Using the DELPHI API to access infectious disease data

by Nick

Posted on 01 September, 2016

This week I attended a workshop at the CDC about last year’s FluSight challenge, a competition that scores weekly real-time predictions about the course of the influenza season. They are planning another round this year and are hoping to increase the number of teams particiating. Stay tuned to this site for more info.

At the workshop, I learned about DELPHI’s real-time epidemiological data API. The API is linked to various data sources on influenza and dengue, including US CDC flu data, Google Flu Trends, and Wikipedia data. There is some documentation and minimal examples, and this post documents a more robust and complete example for using the API via R. I’ll note that the CDC’s influenza data, can also be accessed via the cdcfluview R package, which I’m not going to discuss here and I will focus here on accessing some of the other data sources. Here’s a teaser of this data that you can also interactively explore on the DELPHI EpiVis website:

Setup

Let’s start by loading the R script containing the relevant methods needed to access the API.

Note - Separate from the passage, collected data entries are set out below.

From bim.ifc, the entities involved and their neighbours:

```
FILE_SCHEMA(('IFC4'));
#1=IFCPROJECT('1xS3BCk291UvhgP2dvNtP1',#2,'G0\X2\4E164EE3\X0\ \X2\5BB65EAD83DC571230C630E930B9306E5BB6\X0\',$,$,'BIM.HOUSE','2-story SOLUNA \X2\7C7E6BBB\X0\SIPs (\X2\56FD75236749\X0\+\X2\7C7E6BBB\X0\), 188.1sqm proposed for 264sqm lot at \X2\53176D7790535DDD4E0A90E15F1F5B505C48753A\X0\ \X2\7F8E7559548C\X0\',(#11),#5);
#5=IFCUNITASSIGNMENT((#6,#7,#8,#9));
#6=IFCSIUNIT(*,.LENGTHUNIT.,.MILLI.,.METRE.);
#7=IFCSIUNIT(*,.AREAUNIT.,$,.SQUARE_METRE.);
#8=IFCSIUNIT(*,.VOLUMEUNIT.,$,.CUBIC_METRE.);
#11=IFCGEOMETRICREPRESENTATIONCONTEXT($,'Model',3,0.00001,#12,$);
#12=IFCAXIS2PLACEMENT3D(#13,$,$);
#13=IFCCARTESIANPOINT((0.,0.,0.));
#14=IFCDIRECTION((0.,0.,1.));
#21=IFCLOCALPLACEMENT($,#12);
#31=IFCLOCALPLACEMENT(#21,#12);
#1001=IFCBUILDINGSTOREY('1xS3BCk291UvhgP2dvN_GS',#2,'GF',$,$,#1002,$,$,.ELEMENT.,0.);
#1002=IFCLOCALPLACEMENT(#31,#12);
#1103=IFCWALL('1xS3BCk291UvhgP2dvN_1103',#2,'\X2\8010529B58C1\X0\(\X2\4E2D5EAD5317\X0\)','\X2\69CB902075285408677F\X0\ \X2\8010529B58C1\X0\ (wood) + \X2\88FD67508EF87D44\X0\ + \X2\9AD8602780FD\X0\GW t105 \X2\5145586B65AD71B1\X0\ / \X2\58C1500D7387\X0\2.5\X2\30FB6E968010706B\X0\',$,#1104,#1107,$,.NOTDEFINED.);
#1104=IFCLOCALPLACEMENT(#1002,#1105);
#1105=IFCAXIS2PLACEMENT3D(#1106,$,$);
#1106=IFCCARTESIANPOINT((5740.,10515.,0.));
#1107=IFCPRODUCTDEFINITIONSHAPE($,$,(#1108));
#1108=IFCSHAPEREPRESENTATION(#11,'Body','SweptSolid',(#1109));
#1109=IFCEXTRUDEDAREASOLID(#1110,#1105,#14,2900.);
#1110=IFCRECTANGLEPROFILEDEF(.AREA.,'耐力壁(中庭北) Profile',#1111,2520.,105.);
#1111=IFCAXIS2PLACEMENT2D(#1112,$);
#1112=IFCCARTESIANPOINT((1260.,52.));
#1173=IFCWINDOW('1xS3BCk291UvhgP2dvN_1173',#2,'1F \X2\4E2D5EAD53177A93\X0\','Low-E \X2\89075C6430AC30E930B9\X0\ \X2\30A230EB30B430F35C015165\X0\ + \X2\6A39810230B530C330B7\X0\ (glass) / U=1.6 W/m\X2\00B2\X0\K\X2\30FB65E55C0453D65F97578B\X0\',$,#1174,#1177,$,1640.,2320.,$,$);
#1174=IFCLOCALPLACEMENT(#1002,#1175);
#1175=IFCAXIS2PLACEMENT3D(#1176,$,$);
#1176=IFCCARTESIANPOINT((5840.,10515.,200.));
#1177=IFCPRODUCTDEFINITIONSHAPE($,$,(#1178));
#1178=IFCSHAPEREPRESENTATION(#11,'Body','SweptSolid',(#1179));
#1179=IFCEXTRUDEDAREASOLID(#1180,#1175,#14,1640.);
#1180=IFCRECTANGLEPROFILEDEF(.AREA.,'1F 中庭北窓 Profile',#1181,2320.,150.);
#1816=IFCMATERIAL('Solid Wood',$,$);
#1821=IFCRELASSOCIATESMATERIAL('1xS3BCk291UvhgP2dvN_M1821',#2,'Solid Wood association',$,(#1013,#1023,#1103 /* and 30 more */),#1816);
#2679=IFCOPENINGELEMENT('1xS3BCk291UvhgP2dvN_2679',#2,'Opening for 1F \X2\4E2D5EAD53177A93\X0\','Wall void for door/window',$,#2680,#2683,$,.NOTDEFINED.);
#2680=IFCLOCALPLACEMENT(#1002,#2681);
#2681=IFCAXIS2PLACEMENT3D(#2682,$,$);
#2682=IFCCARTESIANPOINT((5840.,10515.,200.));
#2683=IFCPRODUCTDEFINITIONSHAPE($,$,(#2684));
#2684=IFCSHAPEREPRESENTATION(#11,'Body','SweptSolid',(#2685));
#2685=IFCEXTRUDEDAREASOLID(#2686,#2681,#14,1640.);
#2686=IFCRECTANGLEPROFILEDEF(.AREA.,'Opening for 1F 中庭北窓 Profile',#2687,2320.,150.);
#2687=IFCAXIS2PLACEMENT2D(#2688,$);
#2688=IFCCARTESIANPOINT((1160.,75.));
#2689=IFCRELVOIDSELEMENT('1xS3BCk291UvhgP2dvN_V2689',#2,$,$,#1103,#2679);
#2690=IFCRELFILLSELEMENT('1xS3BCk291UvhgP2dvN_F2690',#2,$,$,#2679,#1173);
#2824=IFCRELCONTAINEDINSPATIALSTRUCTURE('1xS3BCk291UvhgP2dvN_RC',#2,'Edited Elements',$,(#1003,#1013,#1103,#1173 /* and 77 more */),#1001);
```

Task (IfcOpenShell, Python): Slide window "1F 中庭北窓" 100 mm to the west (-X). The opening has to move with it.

```python
import ifcopenshell
import ifcopenshell.api.geometry
import ifcopenshell.util.placement
import ifcopenshell.util.unit

model = ifcopenshell.open("bim.ifc")
unit_scale = ifcopenshell.util.unit.calculate_unit_scale(model)

window = model.by_id(1173)
opening = window.FillsVoids[0].RelatingOpeningElement
wall = opening.VoidsElements[0].RelatingBuildingElement

wall_matrix = ifcopenshell.util.placement.get_local_placement(wall.ObjectPlacement)
shift = wall_matrix[:3, 0] * -0.1 / unit_scale
before = ifcopenshell.util.placement.get_local_placement(window.ObjectPlacement)[:3, 3].copy()

# The window is not placed relative to its opening, so move both.
for product in (opening, window):
    matrix = ifcopenshell.util.placement.get_local_placement(product.ObjectPlacement)
    matrix[:3, 3] += shift
    ifcopenshell.api.geometry.edit_object_placement(model, product=product, matrix=matrix, is_si=False)

after = ifcopenshell.util.placement.get_local_placement(window.ObjectPlacement)[:3, 3]
print("window moved by", (after - before).round(3) + 0.0)

model.write("bim_edited.ifc")
```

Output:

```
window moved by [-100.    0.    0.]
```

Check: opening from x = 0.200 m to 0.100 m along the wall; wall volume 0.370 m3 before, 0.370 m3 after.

source("https://raw.githubusercontent.com/undefx/delphi-epidata/master/code/delphi_epidata.R")

Then, load in two packages that we will use to tidy and plot the data.

library(MMWRweek)
library(ggplot2)

Dengue data from Taiwan CDC

Here is some code that pulls data from Taiwan’s NIDSS, specifically asking for nationwide data, and data from the central region. A complete list of regions and locations are available. Also, I’ve specified a range of weeks from the first week of 2010 (201001) to the last week of 2016 (201653).

res <- Epidata$nidss.dengue(locations = list('nationwide', 'central'), 
                            epiweeks = list(Epidata$range(201001, 201653)))

The above command should pull data down into your current session, but it will be a little bit ‘list-y’, so here is some code I wrote to clean it up and make it a bit more of a workable dataset in R.

df <- data.frame(matrix(unlist(res$epidata), nrow=length(res$epidata), byrow=T))
colnames(df) <- names(res$epidata[[1]])[!is.null(res$epidata[[1]])]
df$count <- as.numeric(as.character(df$count))
df$year <- as.numeric(substr(df$epiweek, 0, 4))
df$week <- as.numeric(substr(df$epiweek, 5, 6))
df$date <- MMWRweek2Date(MMWRyear = df$year, MMWRweek = df$week)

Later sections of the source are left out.